# What Engine Mods?



## majinvegito123 (Oct 27, 2015)

Hello,
I have a 2005 GTO with 71,000 miles on it. I have SLP Long Tube Headers installed on the 6.0, and a Vararam CAI. 

Now here's where things get tricky for me.


I'm looking to install new heads in the future. Come spring time actually. But right now I want to sow the seeds of prep work for the heads and eventual turbo installation by next year. I am wondering what cam would work best with what set of heads to facilitate an eventual turbo. 

I am trying to get valve spring upgrades, a new cam, and several other minor engine upgrades such as pushrods. I'm looking to get all of that done for around 1300 dollars (labor excluded for installation).

I was looking at the GT11 cam by Lingenfelter, but my supposed "car guy" had never heard of it and doesn't know if it's wise for a cam. Anyhow, just wondering what you guys are thinking. Thank you.

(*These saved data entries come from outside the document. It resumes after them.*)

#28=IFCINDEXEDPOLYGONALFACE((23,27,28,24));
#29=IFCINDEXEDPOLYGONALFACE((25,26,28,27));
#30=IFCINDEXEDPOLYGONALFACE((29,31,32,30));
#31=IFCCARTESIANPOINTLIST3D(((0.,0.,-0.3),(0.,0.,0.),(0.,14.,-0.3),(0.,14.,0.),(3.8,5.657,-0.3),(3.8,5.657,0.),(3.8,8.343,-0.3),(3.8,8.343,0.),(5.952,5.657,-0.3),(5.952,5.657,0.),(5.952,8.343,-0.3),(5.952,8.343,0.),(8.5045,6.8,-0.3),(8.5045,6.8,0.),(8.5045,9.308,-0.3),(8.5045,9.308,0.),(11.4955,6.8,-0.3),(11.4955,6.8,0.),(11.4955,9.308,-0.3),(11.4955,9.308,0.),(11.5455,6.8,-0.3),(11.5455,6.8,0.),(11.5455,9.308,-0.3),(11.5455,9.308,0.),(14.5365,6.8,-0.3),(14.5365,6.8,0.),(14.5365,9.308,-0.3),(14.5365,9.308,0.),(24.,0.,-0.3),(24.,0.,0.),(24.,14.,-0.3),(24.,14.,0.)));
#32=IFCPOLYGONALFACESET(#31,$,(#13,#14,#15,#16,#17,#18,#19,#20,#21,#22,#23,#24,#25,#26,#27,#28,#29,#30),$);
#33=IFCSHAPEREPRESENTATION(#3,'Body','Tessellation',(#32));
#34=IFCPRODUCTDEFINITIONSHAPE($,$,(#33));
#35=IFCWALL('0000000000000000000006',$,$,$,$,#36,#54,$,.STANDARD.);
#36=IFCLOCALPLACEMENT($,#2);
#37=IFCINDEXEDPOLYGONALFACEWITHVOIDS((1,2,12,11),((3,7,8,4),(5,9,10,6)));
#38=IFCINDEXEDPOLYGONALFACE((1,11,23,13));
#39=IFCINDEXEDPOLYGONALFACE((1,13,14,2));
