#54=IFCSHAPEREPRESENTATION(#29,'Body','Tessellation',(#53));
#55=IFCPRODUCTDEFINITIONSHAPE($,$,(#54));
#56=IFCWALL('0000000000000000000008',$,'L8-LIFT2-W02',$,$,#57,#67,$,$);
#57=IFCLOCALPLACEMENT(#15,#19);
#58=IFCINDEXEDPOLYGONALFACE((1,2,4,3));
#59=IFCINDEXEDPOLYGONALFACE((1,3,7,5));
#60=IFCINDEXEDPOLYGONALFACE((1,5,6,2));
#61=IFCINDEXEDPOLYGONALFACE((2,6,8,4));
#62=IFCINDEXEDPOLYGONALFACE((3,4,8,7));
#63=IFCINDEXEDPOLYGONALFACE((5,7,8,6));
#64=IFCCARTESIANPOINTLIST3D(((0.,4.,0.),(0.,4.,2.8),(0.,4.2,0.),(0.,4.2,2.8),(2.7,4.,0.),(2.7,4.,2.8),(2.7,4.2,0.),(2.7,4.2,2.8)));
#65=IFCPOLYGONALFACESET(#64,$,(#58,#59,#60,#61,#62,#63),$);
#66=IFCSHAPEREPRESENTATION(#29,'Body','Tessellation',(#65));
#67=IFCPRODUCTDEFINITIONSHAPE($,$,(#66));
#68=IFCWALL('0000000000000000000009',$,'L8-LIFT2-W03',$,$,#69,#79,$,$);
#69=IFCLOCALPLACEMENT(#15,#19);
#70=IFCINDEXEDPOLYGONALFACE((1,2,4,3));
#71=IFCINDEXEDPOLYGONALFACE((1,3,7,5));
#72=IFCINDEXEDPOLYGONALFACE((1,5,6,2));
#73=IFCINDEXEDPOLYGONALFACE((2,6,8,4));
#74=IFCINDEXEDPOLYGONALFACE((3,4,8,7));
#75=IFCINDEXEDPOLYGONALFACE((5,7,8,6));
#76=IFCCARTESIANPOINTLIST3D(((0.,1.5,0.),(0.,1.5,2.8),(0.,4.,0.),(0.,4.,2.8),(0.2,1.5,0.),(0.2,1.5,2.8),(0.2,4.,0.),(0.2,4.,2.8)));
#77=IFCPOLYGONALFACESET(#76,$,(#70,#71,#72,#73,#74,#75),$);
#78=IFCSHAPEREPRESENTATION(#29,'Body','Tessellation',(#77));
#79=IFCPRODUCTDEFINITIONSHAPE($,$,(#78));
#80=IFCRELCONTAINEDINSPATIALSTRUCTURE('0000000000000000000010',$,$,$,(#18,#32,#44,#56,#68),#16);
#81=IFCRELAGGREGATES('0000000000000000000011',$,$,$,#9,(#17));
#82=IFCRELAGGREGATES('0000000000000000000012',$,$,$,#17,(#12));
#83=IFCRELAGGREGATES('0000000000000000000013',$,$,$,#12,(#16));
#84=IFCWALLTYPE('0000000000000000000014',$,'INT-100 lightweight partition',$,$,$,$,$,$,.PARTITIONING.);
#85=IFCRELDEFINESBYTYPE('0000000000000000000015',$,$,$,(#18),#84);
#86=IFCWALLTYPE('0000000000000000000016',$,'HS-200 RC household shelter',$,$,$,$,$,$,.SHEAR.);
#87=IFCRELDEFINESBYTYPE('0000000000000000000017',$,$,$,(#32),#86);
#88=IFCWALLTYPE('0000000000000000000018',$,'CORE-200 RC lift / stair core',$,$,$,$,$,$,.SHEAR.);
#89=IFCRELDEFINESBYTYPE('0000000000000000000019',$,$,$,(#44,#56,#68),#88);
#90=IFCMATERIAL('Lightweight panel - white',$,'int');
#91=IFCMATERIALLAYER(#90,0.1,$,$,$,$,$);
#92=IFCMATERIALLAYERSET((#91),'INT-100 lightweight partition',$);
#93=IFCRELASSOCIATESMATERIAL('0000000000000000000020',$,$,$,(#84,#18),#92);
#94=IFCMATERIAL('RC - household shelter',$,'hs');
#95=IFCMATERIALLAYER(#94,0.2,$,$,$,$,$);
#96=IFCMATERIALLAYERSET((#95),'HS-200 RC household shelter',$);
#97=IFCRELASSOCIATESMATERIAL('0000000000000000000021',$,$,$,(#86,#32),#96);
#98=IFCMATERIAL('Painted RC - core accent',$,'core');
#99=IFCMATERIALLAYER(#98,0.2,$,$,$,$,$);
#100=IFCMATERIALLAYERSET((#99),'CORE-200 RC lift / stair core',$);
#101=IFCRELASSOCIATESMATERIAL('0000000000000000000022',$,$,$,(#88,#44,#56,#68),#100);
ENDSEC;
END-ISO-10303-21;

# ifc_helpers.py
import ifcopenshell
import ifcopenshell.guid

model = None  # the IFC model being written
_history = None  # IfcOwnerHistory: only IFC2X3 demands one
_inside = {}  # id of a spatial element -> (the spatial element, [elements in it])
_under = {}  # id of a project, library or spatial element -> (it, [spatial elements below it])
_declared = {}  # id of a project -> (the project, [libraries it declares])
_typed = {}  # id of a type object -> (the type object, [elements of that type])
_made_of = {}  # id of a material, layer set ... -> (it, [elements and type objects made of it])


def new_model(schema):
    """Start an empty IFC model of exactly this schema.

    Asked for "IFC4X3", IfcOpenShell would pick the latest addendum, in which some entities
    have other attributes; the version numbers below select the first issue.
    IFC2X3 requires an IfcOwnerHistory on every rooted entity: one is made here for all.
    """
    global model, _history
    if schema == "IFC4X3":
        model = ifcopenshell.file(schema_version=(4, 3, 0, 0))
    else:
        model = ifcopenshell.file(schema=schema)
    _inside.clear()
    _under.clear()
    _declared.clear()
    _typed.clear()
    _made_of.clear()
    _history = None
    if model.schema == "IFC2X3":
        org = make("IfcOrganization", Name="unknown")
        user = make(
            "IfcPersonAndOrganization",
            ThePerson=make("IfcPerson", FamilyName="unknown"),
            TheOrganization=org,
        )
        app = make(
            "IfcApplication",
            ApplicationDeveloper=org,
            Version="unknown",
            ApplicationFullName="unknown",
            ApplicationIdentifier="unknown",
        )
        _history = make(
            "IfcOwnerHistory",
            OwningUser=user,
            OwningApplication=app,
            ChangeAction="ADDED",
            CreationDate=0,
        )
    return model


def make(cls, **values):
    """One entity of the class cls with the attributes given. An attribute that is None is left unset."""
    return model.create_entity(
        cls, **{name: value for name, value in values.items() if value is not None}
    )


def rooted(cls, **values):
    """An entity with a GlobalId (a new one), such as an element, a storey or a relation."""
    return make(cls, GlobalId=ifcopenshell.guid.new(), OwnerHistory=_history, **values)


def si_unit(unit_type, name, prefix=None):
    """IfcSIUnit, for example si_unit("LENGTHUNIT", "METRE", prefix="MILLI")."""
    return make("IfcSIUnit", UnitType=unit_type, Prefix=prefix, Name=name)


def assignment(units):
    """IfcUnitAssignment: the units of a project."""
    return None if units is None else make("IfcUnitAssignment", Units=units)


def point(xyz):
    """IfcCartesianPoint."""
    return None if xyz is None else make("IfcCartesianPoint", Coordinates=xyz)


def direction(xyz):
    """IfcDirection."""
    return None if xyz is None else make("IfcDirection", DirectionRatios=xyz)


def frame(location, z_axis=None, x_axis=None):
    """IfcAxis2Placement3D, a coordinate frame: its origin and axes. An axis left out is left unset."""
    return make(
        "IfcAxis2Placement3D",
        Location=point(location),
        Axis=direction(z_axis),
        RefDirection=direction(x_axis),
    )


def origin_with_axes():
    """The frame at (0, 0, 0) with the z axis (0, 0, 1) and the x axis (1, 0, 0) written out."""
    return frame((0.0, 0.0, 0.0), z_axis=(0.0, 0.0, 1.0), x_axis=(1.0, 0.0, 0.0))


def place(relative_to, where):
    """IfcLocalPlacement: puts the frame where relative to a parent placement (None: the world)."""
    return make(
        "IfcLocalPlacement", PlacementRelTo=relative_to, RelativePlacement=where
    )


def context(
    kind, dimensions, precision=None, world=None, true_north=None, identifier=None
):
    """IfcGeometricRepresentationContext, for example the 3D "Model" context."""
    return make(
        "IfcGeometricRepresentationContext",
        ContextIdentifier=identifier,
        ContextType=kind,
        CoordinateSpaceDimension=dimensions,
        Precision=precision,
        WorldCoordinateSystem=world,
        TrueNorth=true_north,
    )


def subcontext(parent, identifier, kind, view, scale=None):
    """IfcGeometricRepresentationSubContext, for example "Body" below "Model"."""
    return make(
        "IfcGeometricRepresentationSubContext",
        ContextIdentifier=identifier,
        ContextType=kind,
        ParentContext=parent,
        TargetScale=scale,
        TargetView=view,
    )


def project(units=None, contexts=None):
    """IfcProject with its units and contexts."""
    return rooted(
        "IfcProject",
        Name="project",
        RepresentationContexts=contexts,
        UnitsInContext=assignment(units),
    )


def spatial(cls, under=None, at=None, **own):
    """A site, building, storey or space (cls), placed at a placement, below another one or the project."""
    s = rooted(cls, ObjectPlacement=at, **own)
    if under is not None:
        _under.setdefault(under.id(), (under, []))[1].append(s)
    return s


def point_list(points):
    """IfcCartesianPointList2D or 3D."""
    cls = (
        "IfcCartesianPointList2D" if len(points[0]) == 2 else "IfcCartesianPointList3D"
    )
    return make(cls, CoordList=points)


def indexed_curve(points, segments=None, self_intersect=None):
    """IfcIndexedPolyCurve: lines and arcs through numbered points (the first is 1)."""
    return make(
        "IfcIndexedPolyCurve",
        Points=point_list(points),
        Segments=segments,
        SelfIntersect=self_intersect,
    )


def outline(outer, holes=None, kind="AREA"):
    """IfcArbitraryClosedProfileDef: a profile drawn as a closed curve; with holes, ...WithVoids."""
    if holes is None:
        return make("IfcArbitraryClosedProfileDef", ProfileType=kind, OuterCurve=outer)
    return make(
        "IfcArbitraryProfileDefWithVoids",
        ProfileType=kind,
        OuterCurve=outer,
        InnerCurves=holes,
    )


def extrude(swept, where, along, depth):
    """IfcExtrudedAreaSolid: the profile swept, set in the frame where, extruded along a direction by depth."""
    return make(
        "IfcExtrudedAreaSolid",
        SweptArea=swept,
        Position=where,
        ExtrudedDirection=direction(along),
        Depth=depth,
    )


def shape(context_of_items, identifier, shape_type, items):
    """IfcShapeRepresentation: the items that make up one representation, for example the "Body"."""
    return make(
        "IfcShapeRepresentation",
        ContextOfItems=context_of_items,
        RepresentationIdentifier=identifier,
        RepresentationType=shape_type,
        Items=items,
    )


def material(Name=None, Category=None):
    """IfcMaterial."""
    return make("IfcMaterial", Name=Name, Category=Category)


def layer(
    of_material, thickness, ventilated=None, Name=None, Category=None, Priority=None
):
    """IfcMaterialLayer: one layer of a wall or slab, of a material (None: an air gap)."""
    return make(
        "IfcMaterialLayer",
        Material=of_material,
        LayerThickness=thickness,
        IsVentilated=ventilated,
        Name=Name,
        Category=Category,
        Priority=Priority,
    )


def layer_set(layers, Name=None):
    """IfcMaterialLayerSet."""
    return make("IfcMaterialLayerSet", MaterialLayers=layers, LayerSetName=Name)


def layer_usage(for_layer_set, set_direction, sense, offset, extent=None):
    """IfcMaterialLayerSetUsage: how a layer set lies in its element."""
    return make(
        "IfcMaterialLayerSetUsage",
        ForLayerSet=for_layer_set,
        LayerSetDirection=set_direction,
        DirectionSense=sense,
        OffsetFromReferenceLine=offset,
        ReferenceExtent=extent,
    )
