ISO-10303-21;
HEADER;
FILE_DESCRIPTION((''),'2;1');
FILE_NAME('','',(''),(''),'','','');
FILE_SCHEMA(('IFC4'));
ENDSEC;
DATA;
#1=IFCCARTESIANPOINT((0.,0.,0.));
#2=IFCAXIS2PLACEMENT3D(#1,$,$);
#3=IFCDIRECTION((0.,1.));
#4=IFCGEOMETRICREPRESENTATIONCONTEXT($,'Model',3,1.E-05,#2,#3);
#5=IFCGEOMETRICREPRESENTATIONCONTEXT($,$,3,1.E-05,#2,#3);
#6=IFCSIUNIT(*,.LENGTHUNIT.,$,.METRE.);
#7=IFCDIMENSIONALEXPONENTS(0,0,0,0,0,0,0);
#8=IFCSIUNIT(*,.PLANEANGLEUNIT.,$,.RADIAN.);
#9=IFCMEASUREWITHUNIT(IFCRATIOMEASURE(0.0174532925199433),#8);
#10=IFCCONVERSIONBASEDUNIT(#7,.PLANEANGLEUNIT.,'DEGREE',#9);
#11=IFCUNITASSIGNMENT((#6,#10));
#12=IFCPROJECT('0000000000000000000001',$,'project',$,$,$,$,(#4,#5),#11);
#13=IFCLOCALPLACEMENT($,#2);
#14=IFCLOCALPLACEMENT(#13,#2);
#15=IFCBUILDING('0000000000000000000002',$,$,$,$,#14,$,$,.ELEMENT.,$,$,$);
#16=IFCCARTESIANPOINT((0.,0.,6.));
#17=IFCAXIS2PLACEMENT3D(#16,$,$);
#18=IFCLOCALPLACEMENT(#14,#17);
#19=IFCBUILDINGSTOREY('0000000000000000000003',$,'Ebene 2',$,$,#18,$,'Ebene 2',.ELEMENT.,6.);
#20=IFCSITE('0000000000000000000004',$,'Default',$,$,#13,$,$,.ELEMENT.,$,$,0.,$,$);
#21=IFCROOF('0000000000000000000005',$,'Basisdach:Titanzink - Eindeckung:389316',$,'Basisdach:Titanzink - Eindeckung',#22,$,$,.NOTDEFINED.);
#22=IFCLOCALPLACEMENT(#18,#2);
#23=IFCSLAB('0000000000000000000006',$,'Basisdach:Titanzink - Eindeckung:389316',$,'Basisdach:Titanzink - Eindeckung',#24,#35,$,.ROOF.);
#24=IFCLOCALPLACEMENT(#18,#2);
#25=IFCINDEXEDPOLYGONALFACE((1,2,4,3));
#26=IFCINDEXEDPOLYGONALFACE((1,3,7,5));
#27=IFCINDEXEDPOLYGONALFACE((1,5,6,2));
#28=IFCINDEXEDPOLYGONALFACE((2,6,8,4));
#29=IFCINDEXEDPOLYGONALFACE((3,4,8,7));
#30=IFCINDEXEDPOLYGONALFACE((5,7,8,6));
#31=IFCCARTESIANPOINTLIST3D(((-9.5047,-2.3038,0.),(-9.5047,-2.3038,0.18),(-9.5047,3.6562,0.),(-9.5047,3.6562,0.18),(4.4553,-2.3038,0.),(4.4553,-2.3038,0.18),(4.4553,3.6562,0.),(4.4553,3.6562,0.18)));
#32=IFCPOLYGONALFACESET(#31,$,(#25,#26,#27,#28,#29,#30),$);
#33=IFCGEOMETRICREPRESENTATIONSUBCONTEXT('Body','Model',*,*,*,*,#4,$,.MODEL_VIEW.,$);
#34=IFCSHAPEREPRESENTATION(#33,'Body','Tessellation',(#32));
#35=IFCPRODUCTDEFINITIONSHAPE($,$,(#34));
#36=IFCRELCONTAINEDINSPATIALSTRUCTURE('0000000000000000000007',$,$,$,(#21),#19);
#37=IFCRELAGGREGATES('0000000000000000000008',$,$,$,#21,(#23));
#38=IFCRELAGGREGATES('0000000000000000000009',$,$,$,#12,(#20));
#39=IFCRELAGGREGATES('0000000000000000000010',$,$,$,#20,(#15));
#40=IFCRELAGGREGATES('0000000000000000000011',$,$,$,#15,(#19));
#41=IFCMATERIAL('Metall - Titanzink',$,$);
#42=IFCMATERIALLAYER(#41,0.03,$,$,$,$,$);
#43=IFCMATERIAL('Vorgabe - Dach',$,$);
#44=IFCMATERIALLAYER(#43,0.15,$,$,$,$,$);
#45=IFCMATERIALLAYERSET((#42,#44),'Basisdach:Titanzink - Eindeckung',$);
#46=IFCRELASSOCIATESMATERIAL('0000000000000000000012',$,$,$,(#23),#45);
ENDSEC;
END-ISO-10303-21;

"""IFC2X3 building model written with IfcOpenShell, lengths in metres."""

from ifc_helpers import new_model, entity, si_unit, converted_unit, direction, frame, frame_2d, origin, place, context, subcontext, project, spatial, rectangle, extrude, material, layer, layer_set, element, aggregate, save


model = new_model("IFC2X3")

# Units and contexts
model_context = context("Model", 3, precision=1e-05, world=origin(), true_north=direction((0.0, 1.0)))
context_of_model = context(None, 3, precision=1e-05, world=origin(), true_north=direction((0.0, 1.0)))
body_context = subcontext(model_context, "Body", "Model", "MODEL_VIEW")
ifc_project = project(units=[si_unit("LENGTHUNIT", "METRE"), converted_unit("PLANEANGLEUNIT", "DEGREE", entity("IfcRatioMeasure", 0.0174532925199433), si_unit("PLANEANGLEUNIT", "RADIAN"), dimensions=[0, 0, 0, 0, 0, 0, 0])], contexts=[model_context, context_of_model])

# Site, building, storey
site_placement = place(None, origin())
site = spatial("IfcSite", under=ifc_project, at=site_placement, Name="Default", CompositionType="ELEMENT", RefElevation=0.0)
building_placement = place(site_placement, origin())
building = spatial("IfcBuilding", under=site, at=building_placement, CompositionType="ELEMENT")
storey_placement = place(building_placement, frame((0.0, 0.0, 6.0)))
storey = spatial("IfcBuildingStorey", under=building, at=storey_placement, Name="Ebene 2", LongName="Ebene 2", CompositionType="ELEMENT", Elevation=6.0)

# Roof, slab
roof_placement = place(storey_placement, frame((-9.5047, -2.3038, 0.0)))
roof = element("IfcRoof", 1, at=roof_placement, inside=storey, Name="Basisdach:Titanzink - Eindeckung:389316", ObjectType="Basisdach:Titanzink - Eindeckung", ShapeType="NOTDEFINED")
ifc_material_1 = material(Name="Metall - Titanzink")
ifc_layer_1 = layer(ifc_material_1, 0.03)
ifc_material_2 = material(Name="Vorgabe - Dach")
ifc_layer_2 = layer(ifc_material_2, 0.15)
ifc_layer_set = layer_set([ifc_layer_1, ifc_layer_2], Name="Basisdach:Titanzink - Eindeckung")
slab_placement = place(roof_placement, origin())
slab = element("IfcSlab", 2, at=slab_placement, material=ifc_layer_set, Name="Basisdach:Titanzink - Eindeckung:389316", ObjectType="Basisdach:Titanzink - Eindeckung", PredefinedType="ROOF", context=body_context, shape_type="SweptSolid", body=[
    extrude(rectangle(XDim=13.96, YDim=5.96, at=frame_2d((0.0, 0.0), x_axis=(1.0, 0.0))), frame((6.98, 2.98, 0.0)), (0.0, 0.0, 1.0), 0.18),
])
aggregate(roof, [slab])

save(model, "model.ifc")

FYI - I was under the impression that I'm going to want a cam that's not too aggressive for a turbo setup, anyway my car is the A4


----------



## SANDU002 (Oct 13, 2004)

I didn't see anything about drive train upgrades. With that kind of power, you will need stronger axles and drive shaft. Drive train and suspension should always be the first upgrades. Unless you plan to take it to the drag strip on a regular basis, I wouldn't do any engine mods.


----------



## svede1212 (Nov 1, 2005)

A forced induction cam is a lot different than a NA cam. The GT cam is good but you may get something better from a grinder like FlowTech Induction or Cam Motion. A complete cam package (cam, push rods, springs, retainers, seals, locks) should be around $900 from them


----------



## majinvegito123 (Oct 27, 2015)

svede1212 said:


> A forced induction cam is a lot different than a NA cam. The GT cam is good but you may get something better from a grinder like FlowTech Induction or Cam Motion. A complete cam package (cam, push rods, springs, retainers, seals, locks) should be around $900 from them


First, I'd like to say thanks to the responses guys. Now, I'm thinking about building my engine as if I am going NA. I figure it will take at least a year and a half for me to save up the money to get the turbo, so I'm going to build the engine for the heads. In that case, and since I'm going to be swapping out the heads, what heads / cam setup should I work with in that case?


----------